### [TASK DETAILS]
Determine how many lines of the listing contain the word "below". The reply is that number alone.

** DATA FOR REVIEW follows **

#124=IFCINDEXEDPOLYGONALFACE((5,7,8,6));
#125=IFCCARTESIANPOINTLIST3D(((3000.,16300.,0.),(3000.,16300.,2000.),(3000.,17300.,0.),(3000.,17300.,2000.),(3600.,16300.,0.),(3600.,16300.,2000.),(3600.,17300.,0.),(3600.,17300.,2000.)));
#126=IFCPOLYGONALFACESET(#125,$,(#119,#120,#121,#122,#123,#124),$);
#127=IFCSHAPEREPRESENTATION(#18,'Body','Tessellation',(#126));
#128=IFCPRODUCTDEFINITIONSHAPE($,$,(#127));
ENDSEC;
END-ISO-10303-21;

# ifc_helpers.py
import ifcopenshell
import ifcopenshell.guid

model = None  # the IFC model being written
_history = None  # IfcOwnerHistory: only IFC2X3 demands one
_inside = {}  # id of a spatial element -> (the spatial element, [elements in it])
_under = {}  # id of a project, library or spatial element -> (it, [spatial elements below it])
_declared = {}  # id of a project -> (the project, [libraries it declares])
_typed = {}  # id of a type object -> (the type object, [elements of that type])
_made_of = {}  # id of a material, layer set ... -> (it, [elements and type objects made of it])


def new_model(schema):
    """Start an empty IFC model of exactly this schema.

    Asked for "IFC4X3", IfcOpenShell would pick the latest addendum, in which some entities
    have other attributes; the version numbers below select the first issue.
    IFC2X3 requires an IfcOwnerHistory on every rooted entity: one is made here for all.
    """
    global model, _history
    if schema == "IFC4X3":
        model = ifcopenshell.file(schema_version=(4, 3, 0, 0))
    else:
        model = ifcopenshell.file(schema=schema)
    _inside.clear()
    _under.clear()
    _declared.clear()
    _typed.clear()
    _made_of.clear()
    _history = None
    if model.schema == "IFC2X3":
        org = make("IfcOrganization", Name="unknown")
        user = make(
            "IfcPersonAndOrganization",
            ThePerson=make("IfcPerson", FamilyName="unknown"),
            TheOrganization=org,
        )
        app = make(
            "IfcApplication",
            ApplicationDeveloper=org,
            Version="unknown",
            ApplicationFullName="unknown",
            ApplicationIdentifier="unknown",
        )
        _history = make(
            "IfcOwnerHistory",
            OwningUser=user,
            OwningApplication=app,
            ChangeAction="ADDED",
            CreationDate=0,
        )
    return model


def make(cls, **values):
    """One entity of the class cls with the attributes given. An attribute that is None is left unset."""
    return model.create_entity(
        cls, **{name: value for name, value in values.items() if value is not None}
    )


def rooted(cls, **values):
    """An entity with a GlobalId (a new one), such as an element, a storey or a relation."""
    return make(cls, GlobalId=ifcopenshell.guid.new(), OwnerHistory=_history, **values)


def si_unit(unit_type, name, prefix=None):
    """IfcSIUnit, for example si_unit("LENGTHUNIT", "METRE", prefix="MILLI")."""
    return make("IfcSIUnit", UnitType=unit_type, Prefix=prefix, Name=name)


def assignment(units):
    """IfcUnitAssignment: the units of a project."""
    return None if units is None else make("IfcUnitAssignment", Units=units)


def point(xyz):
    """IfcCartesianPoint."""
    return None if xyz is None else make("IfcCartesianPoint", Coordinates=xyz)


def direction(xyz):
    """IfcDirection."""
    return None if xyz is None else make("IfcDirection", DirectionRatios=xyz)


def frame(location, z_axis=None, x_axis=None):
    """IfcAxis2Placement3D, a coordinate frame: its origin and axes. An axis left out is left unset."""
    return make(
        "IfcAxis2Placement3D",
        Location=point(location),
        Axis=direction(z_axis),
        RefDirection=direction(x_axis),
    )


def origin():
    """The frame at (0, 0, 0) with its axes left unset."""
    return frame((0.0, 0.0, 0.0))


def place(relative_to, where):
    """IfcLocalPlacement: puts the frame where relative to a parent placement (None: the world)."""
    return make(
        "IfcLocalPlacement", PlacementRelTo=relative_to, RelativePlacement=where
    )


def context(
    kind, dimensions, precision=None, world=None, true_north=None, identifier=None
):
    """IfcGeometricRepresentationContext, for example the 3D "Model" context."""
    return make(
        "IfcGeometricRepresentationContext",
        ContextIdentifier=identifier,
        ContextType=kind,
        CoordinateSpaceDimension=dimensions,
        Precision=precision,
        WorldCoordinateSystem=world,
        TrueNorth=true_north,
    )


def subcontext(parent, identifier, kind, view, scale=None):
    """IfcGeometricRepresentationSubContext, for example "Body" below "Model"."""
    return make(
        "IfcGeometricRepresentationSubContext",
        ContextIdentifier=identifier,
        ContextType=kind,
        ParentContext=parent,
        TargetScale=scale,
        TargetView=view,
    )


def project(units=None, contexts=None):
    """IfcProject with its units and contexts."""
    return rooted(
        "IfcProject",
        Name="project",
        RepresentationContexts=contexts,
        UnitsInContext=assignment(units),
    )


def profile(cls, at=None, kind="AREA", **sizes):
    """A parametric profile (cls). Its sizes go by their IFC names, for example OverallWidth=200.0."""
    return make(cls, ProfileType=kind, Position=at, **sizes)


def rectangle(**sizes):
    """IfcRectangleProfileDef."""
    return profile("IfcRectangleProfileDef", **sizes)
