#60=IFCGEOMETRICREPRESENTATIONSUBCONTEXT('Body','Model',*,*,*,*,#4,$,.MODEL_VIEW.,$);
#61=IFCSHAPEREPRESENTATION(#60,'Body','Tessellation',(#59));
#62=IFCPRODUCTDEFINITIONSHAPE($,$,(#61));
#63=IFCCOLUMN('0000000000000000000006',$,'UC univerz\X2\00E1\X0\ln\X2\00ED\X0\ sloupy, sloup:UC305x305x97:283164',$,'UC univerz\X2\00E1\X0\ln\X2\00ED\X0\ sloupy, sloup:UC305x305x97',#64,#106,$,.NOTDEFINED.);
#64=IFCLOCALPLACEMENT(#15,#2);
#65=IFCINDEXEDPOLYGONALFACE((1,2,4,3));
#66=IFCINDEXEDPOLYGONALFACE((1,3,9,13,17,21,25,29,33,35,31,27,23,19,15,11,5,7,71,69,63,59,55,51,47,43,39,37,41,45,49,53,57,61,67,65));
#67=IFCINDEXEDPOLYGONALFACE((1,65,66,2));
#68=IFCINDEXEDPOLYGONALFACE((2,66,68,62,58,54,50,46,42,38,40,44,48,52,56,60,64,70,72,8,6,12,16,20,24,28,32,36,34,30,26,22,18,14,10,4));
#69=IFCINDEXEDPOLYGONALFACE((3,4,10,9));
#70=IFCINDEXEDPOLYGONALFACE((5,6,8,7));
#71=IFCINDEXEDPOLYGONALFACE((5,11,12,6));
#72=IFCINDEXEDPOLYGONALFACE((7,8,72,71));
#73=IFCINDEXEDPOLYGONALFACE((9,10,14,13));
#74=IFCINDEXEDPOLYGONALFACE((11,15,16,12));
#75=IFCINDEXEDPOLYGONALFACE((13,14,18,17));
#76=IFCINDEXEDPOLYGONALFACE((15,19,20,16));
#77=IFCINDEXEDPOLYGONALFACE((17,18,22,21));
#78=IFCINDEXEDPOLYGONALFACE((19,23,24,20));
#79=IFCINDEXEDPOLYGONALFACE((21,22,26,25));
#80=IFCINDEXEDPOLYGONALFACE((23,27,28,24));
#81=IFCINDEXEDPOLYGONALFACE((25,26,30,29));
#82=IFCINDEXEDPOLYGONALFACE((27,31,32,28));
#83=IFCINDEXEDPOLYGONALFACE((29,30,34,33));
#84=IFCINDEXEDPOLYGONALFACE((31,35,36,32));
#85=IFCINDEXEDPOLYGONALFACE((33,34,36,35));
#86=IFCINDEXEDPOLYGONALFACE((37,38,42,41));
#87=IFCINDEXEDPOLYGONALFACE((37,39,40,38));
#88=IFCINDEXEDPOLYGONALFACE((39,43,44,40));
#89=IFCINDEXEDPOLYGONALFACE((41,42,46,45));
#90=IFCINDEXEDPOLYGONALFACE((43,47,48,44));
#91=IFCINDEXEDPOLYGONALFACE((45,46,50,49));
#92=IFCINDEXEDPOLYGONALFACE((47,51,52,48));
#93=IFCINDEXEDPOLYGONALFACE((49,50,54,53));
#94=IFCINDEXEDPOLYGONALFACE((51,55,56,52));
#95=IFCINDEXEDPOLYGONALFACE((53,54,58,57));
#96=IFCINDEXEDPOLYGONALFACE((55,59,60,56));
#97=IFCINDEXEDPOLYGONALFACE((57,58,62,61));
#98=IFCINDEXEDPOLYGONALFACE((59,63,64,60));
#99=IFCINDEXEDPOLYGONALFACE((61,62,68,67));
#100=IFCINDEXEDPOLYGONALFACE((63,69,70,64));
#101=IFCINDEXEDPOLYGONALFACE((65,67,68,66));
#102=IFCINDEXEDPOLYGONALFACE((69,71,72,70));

** End of DATA FOR REVIEW **

### [EXERCISE ANSWER]
3